Vorgaben einhalten – Fehler vermeiden
Wenn Briefe über CONFIDENCEpost eingeliefert werden, entscheidet automatisch ein Algorithmus beim Einlesen, ob eine Auslandsfrankatur notwendig ist. Das ist für Kunden komfortabel, denn sie müssen nicht zu irgend einem Zeitpunkt festlegen, welche Briefe mit Auslandsporto frankiert werden sollen. Zu beachten sind allerdings die vorgegebenen Regeln der Deutschen Post :
– Länderkennung in Großbuchstaben und in korrekter Schreibweise
– Länderkennung immer in der letzten Zeile
– Sprachen: Deutsch, Französisch, Englisch
Wir frankieren mit nationalem Porto, wenn keine ausländische Kennung in der letzten Zeile erfolgt. Bei der Deutschen Post fallen nicht mit Auslandsporto frei gemachte Briefe ins Ausland dann als unterfrankiert durch das Raster. Obwohl sehr selten, ist es in der Vergangenheit schon wegen Schreib- oder Sprachfehlern zu Fehllesungen gekommen. So wurden schon GROßBRITANNIEN (korrekt: GROSSBRITANNIEN), TCHECHIEN (korrekt TSCHECHIEN) oder SUOMI (korrekt: FINNLAND) nicht als Länder erkannt. Oder die Adresse saß entgegen unserer Vorgaben zu tief im Adressbereich, so dass die Stadt und nicht das Land als letzte Zeile ausgelesen wurde. Auch Ergänzungen in der Länderkennung führen zu Problemen (z.B. GB-GREAT BRITAIN oder IRLAND/REP). Wo es Sinn macht, bessern wir manuell nach und fügen Abweichungen bzw. Unschärfen dem Datenbestand hinzu. So wird z.B. GROßBRITANNIEN doch noch als GROSSBRITANNIEN erkannt und FRANKRE1CH (mit 1!) als FRANKREICH.

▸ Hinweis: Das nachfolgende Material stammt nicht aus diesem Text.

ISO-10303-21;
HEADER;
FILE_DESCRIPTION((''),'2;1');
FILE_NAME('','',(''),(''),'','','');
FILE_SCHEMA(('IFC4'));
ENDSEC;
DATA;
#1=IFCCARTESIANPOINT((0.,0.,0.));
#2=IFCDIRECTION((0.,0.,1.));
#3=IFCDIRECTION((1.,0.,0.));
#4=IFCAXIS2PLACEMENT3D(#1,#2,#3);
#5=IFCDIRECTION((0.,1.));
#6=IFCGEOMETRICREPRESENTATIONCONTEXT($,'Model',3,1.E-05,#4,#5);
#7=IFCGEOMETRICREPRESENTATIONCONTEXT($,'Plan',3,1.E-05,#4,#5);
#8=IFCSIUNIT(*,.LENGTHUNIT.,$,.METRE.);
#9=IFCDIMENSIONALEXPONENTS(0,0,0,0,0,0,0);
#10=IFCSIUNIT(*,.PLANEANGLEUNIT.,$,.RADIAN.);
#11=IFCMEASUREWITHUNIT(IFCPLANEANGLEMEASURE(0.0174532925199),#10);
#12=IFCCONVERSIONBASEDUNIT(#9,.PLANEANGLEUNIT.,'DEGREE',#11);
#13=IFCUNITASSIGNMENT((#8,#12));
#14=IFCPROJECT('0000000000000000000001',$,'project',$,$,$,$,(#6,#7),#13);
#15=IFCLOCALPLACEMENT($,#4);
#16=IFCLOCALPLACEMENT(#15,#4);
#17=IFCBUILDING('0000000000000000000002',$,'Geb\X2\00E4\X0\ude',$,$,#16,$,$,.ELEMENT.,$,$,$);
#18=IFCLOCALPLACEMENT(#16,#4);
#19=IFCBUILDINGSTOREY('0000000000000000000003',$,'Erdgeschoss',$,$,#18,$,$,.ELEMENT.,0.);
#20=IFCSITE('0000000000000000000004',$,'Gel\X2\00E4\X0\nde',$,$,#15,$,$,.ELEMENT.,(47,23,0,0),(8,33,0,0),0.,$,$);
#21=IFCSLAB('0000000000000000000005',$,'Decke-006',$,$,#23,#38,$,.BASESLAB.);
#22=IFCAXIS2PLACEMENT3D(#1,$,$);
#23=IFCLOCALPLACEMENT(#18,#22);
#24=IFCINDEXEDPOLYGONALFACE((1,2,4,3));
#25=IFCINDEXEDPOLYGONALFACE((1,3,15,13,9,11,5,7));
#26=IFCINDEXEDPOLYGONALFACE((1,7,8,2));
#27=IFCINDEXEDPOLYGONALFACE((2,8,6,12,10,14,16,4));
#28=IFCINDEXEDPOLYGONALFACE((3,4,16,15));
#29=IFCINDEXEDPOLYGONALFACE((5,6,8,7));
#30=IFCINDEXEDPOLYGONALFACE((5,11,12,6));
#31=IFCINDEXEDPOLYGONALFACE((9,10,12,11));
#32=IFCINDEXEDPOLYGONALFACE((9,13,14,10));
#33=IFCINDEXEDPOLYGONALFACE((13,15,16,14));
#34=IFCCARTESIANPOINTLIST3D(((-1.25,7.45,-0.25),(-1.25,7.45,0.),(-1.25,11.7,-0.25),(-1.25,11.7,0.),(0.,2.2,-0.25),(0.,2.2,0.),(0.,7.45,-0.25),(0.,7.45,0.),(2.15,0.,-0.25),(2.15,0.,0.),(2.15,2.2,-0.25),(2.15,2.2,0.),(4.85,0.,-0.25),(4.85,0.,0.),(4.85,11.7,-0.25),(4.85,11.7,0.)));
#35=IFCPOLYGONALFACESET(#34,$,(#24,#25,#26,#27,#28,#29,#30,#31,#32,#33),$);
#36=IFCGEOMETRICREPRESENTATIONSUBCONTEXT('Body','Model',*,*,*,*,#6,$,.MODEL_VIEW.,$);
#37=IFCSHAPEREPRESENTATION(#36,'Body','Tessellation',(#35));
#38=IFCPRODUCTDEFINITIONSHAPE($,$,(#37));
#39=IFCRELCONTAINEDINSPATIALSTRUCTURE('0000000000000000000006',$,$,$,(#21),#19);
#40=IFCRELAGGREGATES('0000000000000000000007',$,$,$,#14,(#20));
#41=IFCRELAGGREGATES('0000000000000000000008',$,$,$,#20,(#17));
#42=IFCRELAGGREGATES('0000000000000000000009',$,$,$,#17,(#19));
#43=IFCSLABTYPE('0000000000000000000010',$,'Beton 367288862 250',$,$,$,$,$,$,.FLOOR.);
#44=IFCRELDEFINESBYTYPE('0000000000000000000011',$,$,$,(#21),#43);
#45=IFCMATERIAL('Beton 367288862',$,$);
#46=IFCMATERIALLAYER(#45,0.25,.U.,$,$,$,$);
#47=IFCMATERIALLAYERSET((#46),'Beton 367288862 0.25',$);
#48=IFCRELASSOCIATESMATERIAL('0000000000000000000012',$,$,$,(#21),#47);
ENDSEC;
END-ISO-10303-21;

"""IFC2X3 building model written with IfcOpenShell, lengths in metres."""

from ifc_helpers import new_model, entity, si_unit, converted_unit, direction, frame, origin_with_axes, place, context, subcontext, project, spatial, polyline, outline, extrude, material, layer, layer_set, layer_usage, type_object, element, save


model = new_model("IFC2X3")

# Units and contexts
model_context = context("Model", 3, precision=1e-05, world=origin_with_axes(), true_north=direction((0.0, 1.0)))
plan_context = context("Plan", 3, precision=1e-05, world=origin_with_axes(), true_north=direction((0.0, 1.0)))
body_context = subcontext(model_context, "Body", "Model", "MODEL_VIEW")
ifc_project = project(units=[si_unit("LENGTHUNIT", "METRE"), converted_unit("PLANEANGLEUNIT", "DEGREE", entity("IfcPlaneAngleMeasure", 0.0174532925199), si_unit("PLANEANGLEUNIT", "RADIAN"), dimensions=[0, 0, 0, 0, 0, 0, 0])], contexts=[model_context, plan_context])

# Site, building, storey
site_placement = place(None, origin_with_axes())
site = spatial("IfcSite", under=ifc_project, at=site_placement, Name="Gelände", CompositionType="ELEMENT", RefLatitude=(47, 23, 0, 0), RefLongitude=(8, 33, 0, 0), RefElevation=0.0)
building_placement = place(site_placement, origin_with_axes())
building = spatial("IfcBuilding", under=site, at=building_placement, Name="Gebäude", CompositionType="ELEMENT")
storey_placement = place(building_placement, origin_with_axes())
storey = spatial("IfcBuildingStorey", under=building, at=storey_placement, Name="Erdgeschoss", CompositionType="ELEMENT", Elevation=0.0)

# Slab
ifc_material_1 = material(Name="Beton 367288862")
ifc_layer_1 = layer(ifc_material_1, 0.25, ventilated="UNKNOWN")
ifc_layer_set_1 = layer_set([ifc_layer_1], Name="Beton 367288862 0.25")
ifc_layer_usage_1 = layer_usage(ifc_layer_set_1, "AXIS3", "NEGATIVE", 0.25)
slab_type_1 = type_object("IfcSlabType", Name="Beton 367288862 250", PredefinedType="FLOOR")
slab_1_placement = place(storey_placement, frame((-1.25, 11.7, 0.0), z_axis=(0.0, 0.0, 1.0), x_axis=(1.0, 0.0, 0.0)))
element("IfcSlab", 1, at=slab_1_placement, inside=storey, type_object=slab_type_1, material=ifc_layer_usage_1, Name="Decke-006", PredefinedType="BASESLAB", context=body_context, shape_type="SweptSolid", body=[
    extrude(outline(polyline([(0.0, 0.0), (0.0, -4.25), (1.25, -4.25), (1.25, -9.5), (3.4, -9.5), (3.4, -11.7), (6.1, -11.7), (6.1, 0.0), (0.0, 0.0)])), frame((0.0, 0.0, -0.25), z_axis=(0.0, 0.0, 1.0), x_axis=(1.0, 0.0, 0.0)), (0.0, 0.0, 1.0), 0.25),
])

save(model, "model.ifc")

Immer noch verbreitet ist leider die Gewohnheit, einfach vor die Stadt ein Länderkürzel zu setzen, z.B. CH-3001 Bern. Diese Praxis wurde von der Deutschen Post bereits 1999 (!) abgeschafft.
Unser Tipp: Vielleicht lassen Sie Ihren Adressdatenbestand der Auslandskontakte einmal gemäß der Vorgaben der Deutschen Post checken und ggf. korrigieren. Ein Projekt, das schon beim nächsten Mailing Früchte tragen kann. Ganz lassen sich bei maschineller Verarbeitung Fehlfrankierungen nicht ausschließen, die Fehllesung von Auslandsadressen kann aber gegen Null gehen.